İnsanca yaşamak istiyorsak, herkesin geçinebileceği bir maaş alması gerekir. Bu sadece bir temenni değil, bir hak meselesidir. İşçi, memur, özel ya da kamu ayrımı yapmaksızın, tüm emekçilerin “eşit işe eşit ücret” prensibiyle korunması ve yasal düzenlemelerle güvence altına alınması şart. Çalışanların özlük haklarına eksiksiz şekilde kavuşabilmesi için de sendikal hakların tam anlamıyla işletilmesi gerekiyor.
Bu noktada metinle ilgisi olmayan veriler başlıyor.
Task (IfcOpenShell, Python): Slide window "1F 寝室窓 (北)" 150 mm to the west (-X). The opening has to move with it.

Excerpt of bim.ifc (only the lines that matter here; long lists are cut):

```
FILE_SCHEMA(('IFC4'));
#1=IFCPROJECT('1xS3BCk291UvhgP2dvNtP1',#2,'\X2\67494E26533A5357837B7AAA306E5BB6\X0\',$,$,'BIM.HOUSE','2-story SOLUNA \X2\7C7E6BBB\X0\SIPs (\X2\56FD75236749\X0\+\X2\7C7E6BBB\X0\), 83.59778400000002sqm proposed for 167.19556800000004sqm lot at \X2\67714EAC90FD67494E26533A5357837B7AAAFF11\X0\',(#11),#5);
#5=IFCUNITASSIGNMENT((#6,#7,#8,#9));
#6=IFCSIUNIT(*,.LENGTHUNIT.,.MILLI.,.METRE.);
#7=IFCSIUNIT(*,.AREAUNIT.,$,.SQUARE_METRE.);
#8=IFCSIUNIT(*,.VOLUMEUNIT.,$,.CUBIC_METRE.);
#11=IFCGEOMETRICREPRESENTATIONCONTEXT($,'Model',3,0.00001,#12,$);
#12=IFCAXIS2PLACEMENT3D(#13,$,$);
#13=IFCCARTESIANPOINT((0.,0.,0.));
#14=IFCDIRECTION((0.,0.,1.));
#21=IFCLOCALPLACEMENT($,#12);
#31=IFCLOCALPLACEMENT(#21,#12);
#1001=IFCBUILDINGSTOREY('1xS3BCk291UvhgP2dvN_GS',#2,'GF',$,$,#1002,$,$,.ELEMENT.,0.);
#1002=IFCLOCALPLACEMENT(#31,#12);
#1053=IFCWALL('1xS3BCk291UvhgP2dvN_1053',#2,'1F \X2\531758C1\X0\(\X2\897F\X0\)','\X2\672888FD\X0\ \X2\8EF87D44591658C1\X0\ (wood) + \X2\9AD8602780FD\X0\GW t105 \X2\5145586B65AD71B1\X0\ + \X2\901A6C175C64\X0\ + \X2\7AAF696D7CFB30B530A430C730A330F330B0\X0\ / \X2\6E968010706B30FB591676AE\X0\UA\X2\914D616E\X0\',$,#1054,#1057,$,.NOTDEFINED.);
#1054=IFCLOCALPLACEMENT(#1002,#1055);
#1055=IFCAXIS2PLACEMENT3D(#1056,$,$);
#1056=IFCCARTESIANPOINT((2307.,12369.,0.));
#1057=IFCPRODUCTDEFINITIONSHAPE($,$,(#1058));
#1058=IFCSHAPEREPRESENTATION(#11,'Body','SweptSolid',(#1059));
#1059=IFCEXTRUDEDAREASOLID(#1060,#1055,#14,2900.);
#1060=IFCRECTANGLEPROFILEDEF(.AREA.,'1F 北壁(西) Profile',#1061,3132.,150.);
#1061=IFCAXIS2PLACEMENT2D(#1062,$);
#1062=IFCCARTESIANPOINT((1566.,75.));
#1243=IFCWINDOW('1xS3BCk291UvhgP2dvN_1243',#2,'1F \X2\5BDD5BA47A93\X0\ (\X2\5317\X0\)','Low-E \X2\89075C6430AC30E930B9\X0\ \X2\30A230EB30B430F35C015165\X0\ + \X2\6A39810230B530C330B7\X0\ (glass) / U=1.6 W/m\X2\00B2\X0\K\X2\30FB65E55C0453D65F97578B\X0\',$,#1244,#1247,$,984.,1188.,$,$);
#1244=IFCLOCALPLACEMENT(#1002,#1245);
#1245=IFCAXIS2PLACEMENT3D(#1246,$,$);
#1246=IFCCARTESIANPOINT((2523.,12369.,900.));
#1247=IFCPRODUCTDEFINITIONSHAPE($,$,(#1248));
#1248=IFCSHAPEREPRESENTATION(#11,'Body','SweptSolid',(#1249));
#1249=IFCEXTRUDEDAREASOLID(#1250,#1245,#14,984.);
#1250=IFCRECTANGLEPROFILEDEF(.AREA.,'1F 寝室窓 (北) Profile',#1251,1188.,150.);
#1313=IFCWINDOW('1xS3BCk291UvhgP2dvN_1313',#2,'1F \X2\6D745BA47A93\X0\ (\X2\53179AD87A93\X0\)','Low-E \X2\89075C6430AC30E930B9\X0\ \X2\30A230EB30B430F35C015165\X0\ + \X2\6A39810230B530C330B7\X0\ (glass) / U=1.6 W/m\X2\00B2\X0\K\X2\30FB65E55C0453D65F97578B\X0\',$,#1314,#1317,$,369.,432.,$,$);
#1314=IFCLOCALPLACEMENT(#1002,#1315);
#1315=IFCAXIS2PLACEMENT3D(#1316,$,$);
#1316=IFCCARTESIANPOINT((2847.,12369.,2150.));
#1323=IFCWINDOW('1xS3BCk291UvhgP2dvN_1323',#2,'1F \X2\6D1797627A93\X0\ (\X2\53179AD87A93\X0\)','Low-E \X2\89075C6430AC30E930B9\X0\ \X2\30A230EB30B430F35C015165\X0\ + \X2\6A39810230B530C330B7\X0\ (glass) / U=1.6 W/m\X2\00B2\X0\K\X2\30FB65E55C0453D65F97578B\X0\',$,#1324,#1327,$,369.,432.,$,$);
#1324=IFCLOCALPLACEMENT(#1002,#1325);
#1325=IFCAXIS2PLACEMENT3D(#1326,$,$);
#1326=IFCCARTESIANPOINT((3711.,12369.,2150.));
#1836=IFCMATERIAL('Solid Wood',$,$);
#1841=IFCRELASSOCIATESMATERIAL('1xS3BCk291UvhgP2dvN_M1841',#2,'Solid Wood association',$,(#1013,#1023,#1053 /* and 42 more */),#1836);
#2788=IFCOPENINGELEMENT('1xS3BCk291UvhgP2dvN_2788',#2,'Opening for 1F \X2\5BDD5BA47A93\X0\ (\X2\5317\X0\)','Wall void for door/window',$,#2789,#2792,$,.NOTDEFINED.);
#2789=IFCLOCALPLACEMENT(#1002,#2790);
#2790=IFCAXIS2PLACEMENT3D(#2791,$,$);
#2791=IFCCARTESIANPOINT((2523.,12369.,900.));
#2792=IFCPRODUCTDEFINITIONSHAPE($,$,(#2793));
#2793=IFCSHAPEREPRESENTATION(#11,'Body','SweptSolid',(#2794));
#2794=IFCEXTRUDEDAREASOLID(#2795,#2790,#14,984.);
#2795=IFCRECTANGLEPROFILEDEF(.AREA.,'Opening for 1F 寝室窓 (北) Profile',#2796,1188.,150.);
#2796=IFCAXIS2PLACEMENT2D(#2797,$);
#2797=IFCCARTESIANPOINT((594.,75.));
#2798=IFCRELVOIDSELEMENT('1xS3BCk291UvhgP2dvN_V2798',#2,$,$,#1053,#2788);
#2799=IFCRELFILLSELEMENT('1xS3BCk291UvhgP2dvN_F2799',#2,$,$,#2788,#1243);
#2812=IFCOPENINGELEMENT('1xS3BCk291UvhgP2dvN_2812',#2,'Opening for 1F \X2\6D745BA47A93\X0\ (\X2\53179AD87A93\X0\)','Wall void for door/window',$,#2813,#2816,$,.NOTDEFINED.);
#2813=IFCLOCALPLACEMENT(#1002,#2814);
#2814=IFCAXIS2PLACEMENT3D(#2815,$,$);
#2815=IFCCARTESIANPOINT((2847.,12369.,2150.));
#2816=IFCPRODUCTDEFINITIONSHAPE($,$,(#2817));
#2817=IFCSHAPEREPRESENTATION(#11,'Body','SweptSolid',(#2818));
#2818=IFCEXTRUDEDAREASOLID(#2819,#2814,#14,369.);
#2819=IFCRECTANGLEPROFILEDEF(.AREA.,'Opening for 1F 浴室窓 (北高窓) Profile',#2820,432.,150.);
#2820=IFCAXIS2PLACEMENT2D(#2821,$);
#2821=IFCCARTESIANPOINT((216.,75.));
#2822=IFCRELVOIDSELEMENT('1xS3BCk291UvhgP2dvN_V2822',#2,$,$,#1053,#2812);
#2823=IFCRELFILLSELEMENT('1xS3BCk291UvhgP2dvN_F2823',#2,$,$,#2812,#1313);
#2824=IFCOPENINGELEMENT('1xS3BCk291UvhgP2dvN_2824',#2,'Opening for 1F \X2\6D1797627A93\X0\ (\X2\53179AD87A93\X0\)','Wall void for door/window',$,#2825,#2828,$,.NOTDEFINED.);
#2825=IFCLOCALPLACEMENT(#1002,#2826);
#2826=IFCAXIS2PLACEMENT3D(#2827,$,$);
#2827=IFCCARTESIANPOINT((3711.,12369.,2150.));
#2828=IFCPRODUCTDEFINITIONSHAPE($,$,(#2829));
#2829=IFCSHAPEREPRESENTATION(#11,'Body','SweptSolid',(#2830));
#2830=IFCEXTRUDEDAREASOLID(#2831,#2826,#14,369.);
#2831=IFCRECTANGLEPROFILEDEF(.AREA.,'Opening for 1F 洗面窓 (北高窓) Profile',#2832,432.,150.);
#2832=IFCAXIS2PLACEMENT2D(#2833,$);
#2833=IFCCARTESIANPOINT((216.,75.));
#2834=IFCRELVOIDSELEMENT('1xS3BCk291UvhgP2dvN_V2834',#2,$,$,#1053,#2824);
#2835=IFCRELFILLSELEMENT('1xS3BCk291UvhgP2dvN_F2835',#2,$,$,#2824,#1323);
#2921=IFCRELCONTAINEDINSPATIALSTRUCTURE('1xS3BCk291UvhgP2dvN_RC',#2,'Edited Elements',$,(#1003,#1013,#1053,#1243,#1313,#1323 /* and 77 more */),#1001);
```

```python
import ifcopenshell
import ifcopenshell.api.geometry
import ifcopenshell.util.placement
import ifcopenshell.util.unit

model = ifcopenshell.open("bim.ifc")
unit_scale = ifcopenshell.util.unit.calculate_unit_scale(model)

window = model.by_id(1243)
opening = window.FillsVoids[0].RelatingOpeningElement
wall = opening.VoidsElements[0].RelatingBuildingElement

wall_matrix = ifcopenshell.util.placement.get_local_placement(wall.ObjectPlacement)
shift = wall_matrix[:3, 0] * -0.15 / unit_scale
before = ifcopenshell.util.placement.get_local_placement(window.ObjectPlacement)[:3, 3].copy()

# The window is not placed relative to its opening, so move both.
for product in (opening, window):
    matrix = ifcopenshell.util.placement.get_local_placement(product.ObjectPlacement)
    matrix[:3, 3] += shift
    ifcopenshell.api.geometry.edit_object_placement(model, product=product, matrix=matrix, is_si=False)

after = ifcopenshell.util.placement.get_local_placement(window.ObjectPlacement)[:3, 3]
print("window moved by", (after - before).round(3) + 0.0)

model.write("bim_updated.ifc")
```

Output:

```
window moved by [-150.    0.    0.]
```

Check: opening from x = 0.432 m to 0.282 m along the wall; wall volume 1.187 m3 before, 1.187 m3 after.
Herkesin insanca yaşayabilmesi için yöneticilerin ve yetkililerin üzerine düşen sorumluluğu hakkıyla yerine getirmesi şart. Bu taleplerin listesini uzatmak mümkün, ancak temel sorunlar çok net ortada duruyor.
Bayram arifesinde bulunduğumuz şu günlerde, milyonlarca insanın geçim derdiyle boğuştuğu bir ülkede yaşıyoruz. Asgari ücret net 22.104 TL. En düşük emekli maaşı ise 14.469 TL. Türkiye’de yaklaşık 20 milyon özel sektör çalışanı asgari ücretle geçinmeye çalışıyor. 15 milyona yakın emekli de aynı düşük gelirle yaşam savaşı veriyor.
Bu tablo gözümüzün önündeyken, belediyeler ile sendikalar arasında yaşanan maaş anlaşmazlıkları elbette halkın tepkisini çekiyor. Burada bir yanlış anlaşılma olmasın: Kurallara uygun şekilde istihdam edilen ve kamu hizmeti veren belediye çalışanlarının yoksulluk sınırının üstünde maaş alması en doğal hakkıdır. Ancak asıl sorgulanması gereken başka konular var ve bazı sorular cevap bekliyor:
Sendikalar gerçekten her zaman işçinin yanında mı?
Sendikaların yapısı, bugünün emekçi gerçeklerine ne kadar karşılık veriyor?
Sendika yöneticiliği ve işyerlerinde tanınan haklar adil mi?
Sendika yönetiminde neden süre ve denetim sınırlamaları yok?
Toplu iş sözleşmelerine (TİS) emekli olan çalışanın yerine çocuğu ya da önerdiği kişiyi işe alma şartı konulması hangi demokratik ilkeye sığıyor?
Sendikalar, sadece işçiyi değil işyerini ve kurumun geleceğini de korumak zorunda değil mi?
Sendikalar, siyasetçilerin kişisel hesaplarına karşı neden sessiz? Örneğin seçimden sadece dört gün önce imzalanan TİS anlaşması neden eleştirilmedi? Yeni seçilen başkanla masaya oturmak daha etik olmaz mıydı?
Siyasiler, seçim öncesi belediyelerin kadrolarını kişisel hırslarıyla doldururken sendikalar neden sessiz kaldı?
5 milyon nüfuslu bir belediyede ortalama 15 bin çalışan olması gerekirken, neden İzmir Büyükşehir Belediyesi'nde bu sayı 40 binin üzerinde? Sendika 37 bin diyor, siyasiler 43 bin... Gerçek rakamı bilmiyoruz ama ortalamada bile yüksek bir tablo var.
Bu soruları çoğaltmak mümkün ama temel meseleye dönmek gerekirse: Gelinen noktada hem siyaset kurumu hem de sendikalar hatalı. Eğer gerçekten çalışanların hakkını savunmak istiyorsak, bunu ülkenin içinde bulunduğu gerçeklikleri görmezden gelmeden yapmak zorundayız.
Bu şehirde bir siyasi partinin adayını desteklemek için sokaklarda panayır havasında kampanya yapan sendikaları hatırlıyoruz. Sendikaların siyasetle bu kadar içli dışlı olması, ileride çok daha büyük sorunlara yol açacaktır.
Artık herkesin sorumlulukla hareket etme zamanı gelmiştir. Kim nerede hata yaptıysa açıkça ortaya koymalı ve bu yanlışlardan geri dönmelidir. Belediyeler, siyasi partilerin arka bahçesi değil; kentte yaşayan yurttaşlardan toplanan vergilerle adil, şeffaf ve sürdürülebilir bir gelecek için var olan kurumlardır. Ahbap-çavuş ilişkileriyle doldurulacak kadro alanları değil. Aynı şekilde sendikalar da günübirlik çıkarlar için kurulmuş yapılar değildir. Hem işçiyi korumalı hem de işyerinin geleceğini.
Sonuç olarak: Bu kadar işçi alınırken tek kelime etmeyen sendikalar bugün bu sorunun üstesinden nasıl gelecek, doğrusu merak ediyorum.